On May 3, 2018, a purported class action complaint, Marion Diagnostic Center, LLC, et al. v. Becton, Dickinson, and Co., et al., Case No. 3:18-cv-010509, was filed in the U.S. District Court for the Southern District of Illinois against Becton, Dickinson, and Co. (“Becton”); Premier, Inc. (“Premier”), Vizient, Inc. (“Vizient”), Cardinal Health, Inc. (“Cardinal”), Owens & Minor Inc. (“O&M”), Henry Schein, Inc., and Unnamed Becton Distributor Co-Conspirators. The complaint alleges that the defendants entered into a vertical conspiracy to force health care providers into long-term exclusionary contracts that restrain trade in the nationwide markets for conventional and safety syringes and safety IV catheters and inflate the prices of certain Becton products to above-competitive levels. The named plaintiffs seek to represent three separate classes consisting of all health care providers that purchased (i) Becton’s conventional syringes, (ii) Becton’s safety syringes, or (iii) Becton’s safety catheters directly from Becton, Premier, Vizient, Cardinal, O&M or Henry Schein on or after May 3, 2014. The complaint asserts a single count under Section 1 of the Sherman Act, and seeks equitable relief, treble damages, reasonable attorneys’ fees and costs and expenses, and pre-judgment and post-judgment interest. On June 15, 2018, an amended complaint was filed asserting the same allegations against the same parties and adding McKesson Medical-Surgical, Inc. as a defendant. On November 30, 2018, the District Court granted defendants’ motion to dismiss and entered a final judgment, dismissing plaintiffs’ complaint with prejudice. On December 27, 2018, plaintiffs appealed the District Court’s decision to the Seventh Circuit Court of Appeals. The parties argued the appeal on September 27, 2019 and are currently awaiting the Seventh Circuit’s ruling.

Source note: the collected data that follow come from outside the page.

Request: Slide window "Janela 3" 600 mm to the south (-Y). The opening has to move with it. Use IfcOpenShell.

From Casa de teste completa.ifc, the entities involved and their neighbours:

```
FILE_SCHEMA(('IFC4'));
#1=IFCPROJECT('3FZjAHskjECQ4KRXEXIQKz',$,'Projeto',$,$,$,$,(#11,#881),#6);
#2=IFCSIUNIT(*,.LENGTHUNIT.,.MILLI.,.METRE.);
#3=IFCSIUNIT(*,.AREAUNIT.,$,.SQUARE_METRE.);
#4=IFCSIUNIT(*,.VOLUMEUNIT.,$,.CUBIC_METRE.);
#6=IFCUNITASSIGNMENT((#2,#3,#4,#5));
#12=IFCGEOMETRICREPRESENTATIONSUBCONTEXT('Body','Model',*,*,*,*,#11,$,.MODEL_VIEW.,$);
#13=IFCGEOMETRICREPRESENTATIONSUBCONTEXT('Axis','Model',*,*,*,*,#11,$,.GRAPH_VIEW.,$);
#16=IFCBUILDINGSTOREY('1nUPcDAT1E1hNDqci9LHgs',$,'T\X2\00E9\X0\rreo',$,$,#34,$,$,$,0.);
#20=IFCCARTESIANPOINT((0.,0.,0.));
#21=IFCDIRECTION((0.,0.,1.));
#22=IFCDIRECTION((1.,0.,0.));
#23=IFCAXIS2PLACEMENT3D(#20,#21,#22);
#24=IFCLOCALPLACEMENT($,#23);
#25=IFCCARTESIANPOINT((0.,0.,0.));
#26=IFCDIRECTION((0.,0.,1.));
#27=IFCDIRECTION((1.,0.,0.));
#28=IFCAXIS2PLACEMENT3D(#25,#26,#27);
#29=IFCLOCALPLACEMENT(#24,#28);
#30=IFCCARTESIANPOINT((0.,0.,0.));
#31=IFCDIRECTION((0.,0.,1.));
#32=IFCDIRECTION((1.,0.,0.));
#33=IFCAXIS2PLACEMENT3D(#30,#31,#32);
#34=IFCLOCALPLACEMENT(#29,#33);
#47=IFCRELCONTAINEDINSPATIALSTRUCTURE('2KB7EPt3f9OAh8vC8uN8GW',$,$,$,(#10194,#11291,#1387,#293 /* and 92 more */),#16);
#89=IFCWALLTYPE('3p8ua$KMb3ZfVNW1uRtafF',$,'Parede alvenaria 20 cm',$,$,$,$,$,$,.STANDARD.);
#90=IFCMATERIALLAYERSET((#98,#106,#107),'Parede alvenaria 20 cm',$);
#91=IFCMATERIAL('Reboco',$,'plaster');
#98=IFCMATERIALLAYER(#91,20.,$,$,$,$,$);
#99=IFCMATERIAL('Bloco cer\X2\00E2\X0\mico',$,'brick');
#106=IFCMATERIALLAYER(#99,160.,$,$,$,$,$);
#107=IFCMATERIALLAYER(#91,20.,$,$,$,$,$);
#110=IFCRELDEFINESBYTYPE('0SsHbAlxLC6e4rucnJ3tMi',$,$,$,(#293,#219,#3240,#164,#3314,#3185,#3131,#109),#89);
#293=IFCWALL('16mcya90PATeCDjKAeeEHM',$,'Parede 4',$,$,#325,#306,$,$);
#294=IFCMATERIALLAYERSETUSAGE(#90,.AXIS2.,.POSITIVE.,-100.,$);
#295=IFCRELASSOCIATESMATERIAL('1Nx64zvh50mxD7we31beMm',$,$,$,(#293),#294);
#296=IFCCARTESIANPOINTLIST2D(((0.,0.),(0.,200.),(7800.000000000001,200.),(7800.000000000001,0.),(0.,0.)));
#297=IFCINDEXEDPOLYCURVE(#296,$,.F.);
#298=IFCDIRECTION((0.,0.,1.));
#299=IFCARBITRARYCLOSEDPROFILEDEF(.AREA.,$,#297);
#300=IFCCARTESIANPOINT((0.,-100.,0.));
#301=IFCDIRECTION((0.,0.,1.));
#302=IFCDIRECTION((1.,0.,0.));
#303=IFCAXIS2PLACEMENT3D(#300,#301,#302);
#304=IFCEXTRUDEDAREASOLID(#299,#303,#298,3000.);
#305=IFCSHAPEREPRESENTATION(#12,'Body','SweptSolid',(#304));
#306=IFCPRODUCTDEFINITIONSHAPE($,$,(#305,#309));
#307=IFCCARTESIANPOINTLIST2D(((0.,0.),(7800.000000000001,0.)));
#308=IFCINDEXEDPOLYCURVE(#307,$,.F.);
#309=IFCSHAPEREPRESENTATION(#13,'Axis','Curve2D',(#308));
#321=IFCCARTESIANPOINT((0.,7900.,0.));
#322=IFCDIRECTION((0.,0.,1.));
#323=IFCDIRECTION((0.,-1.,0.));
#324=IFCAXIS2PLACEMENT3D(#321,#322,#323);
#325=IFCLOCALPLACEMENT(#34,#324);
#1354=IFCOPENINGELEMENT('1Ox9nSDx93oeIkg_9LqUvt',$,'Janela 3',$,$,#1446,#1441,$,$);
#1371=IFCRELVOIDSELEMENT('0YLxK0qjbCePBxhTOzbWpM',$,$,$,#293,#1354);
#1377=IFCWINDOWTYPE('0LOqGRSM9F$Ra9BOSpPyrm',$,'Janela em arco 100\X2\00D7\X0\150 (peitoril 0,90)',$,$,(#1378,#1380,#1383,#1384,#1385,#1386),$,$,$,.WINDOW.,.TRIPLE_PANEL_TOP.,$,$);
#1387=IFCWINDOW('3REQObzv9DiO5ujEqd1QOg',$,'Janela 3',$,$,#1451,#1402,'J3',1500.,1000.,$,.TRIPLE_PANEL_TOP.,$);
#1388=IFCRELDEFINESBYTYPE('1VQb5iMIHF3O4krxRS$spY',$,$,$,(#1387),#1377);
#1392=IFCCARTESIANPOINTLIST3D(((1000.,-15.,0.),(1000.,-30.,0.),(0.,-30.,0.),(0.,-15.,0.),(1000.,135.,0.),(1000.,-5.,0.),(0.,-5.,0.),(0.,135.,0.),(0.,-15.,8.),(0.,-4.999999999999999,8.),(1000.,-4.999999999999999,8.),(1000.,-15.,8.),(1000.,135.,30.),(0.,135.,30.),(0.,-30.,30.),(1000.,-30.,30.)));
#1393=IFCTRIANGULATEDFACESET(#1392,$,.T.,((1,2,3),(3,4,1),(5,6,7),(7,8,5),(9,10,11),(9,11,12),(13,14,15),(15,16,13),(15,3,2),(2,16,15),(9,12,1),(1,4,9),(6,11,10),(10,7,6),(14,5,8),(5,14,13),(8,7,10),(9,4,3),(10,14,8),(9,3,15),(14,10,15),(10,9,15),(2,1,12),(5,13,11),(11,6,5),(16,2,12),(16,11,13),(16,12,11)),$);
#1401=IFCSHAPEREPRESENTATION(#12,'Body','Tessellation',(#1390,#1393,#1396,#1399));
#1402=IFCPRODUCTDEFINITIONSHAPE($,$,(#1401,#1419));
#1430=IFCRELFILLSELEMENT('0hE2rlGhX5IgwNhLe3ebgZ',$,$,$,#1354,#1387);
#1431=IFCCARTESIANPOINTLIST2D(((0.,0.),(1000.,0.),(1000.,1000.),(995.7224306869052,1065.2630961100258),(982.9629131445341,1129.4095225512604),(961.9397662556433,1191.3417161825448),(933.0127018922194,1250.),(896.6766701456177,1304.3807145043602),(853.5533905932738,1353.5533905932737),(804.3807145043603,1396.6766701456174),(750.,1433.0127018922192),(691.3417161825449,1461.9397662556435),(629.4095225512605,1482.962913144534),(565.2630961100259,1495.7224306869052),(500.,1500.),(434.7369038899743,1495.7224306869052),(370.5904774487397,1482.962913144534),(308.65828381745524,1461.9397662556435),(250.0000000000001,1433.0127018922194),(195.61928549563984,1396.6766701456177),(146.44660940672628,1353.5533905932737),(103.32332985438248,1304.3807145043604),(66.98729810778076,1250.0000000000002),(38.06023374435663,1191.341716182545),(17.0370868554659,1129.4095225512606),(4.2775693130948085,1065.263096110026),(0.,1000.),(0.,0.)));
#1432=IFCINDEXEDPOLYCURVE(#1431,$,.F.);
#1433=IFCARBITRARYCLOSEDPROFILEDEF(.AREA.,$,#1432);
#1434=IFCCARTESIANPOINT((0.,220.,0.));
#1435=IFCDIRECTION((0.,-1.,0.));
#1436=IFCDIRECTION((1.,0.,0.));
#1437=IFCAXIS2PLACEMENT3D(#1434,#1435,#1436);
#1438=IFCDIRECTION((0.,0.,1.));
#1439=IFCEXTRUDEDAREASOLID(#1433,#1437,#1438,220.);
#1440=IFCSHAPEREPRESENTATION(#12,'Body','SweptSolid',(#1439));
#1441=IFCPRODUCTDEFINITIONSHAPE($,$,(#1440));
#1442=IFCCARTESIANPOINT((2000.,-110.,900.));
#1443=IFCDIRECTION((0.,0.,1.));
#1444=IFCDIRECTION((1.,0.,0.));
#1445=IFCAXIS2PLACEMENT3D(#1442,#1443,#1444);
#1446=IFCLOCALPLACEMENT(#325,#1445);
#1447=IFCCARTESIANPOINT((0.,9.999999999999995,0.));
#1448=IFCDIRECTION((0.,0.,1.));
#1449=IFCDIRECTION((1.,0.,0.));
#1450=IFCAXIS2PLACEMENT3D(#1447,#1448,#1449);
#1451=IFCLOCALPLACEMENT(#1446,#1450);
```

```python
import ifcopenshell
import ifcopenshell.api.geometry
import ifcopenshell.util.placement

model = ifcopenshell.open("Casa de teste completa.ifc")

window = model.by_guid("3REQObzv9DiO5ujEqd1QOg")
opening = window.FillsVoids[0].RelatingOpeningElement
wall = opening.VoidsElements[0].RelatingBuildingElement

wall_matrix = ifcopenshell.util.placement.get_local_placement(wall.ObjectPlacement)
shift = wall_matrix[:3, 0] * 600.0
before = ifcopenshell.util.placement.get_local_placement(window.ObjectPlacement)[:3, 3].copy()

# The window is placed relative to its opening, so it follows when the opening moves.
matrix = ifcopenshell.util.placement.get_local_placement(opening.ObjectPlacement)
matrix[:3, 3] += shift
ifcopenshell.api.geometry.edit_object_placement(
    model, product=opening, matrix=matrix, is_si=False, should_transform_children=True
)

after = ifcopenshell.util.placement.get_local_placement(window.ObjectPlacement)[:3, 3]
print("window moved by", (after - before).round(3) + 0.0)

model.write("Casa de teste completa-out.ifc")
```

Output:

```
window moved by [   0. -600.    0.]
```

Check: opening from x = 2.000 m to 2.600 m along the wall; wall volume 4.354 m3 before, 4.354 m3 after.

On May 29, 2018, an amended complaint was filed in the MultiDistrict Litigation (“MDL”) proceeding In Re National Prescription Opiate Litigation (MDL No. 2804; Case No. 17-md-2804) in an action entitled The County of Summit, Ohio et al. v. Purdue Pharma, L.P., et al., Civil Action No. 1:18-op-45090-DAP (“County of Summit Action”), in the U.S. District Court for the Northern District of Ohio, adding Henry Schein, Inc., Henry Schein Medical Systems, Inc. and others as defendants. Summit County alleges that manufacturers of prescription opioid drugs engaged in a false advertising campaign to expand the market for such drugs and their own market share and that the entities in the supply chain (including Henry Schein, Inc. and Henry Schein Medical Systems, Inc.) reaped financial rewards by refusing or otherwise failing to monitor appropriately and restrict the improper distribution of those drugs. On October 29, 2019, the Company was dismissed with prejudice from this lawsuit. Henry Schein, working with Summit County, will establish and donate $1 million to a Pain Management Education Foundation dedicated to making grants to programs within Summit County focused on (I) supporting and aggregating research
68
around best practices for pain management, including the prescription of opioids and alternatives: (II) educating dentists and physicians, clinical associates, patients and patient networks on those best practices along with the risks of opioid addiction and alternative pain management treatment options for key indications; and (III) offering grants to develop and offer training to dentists and physicians or other qualified professionals to qualify a practitioner for a waiver to prescribe or dispense buprenorphine medications. Henry Schein will pay $250,000 of Summit County’s expenses.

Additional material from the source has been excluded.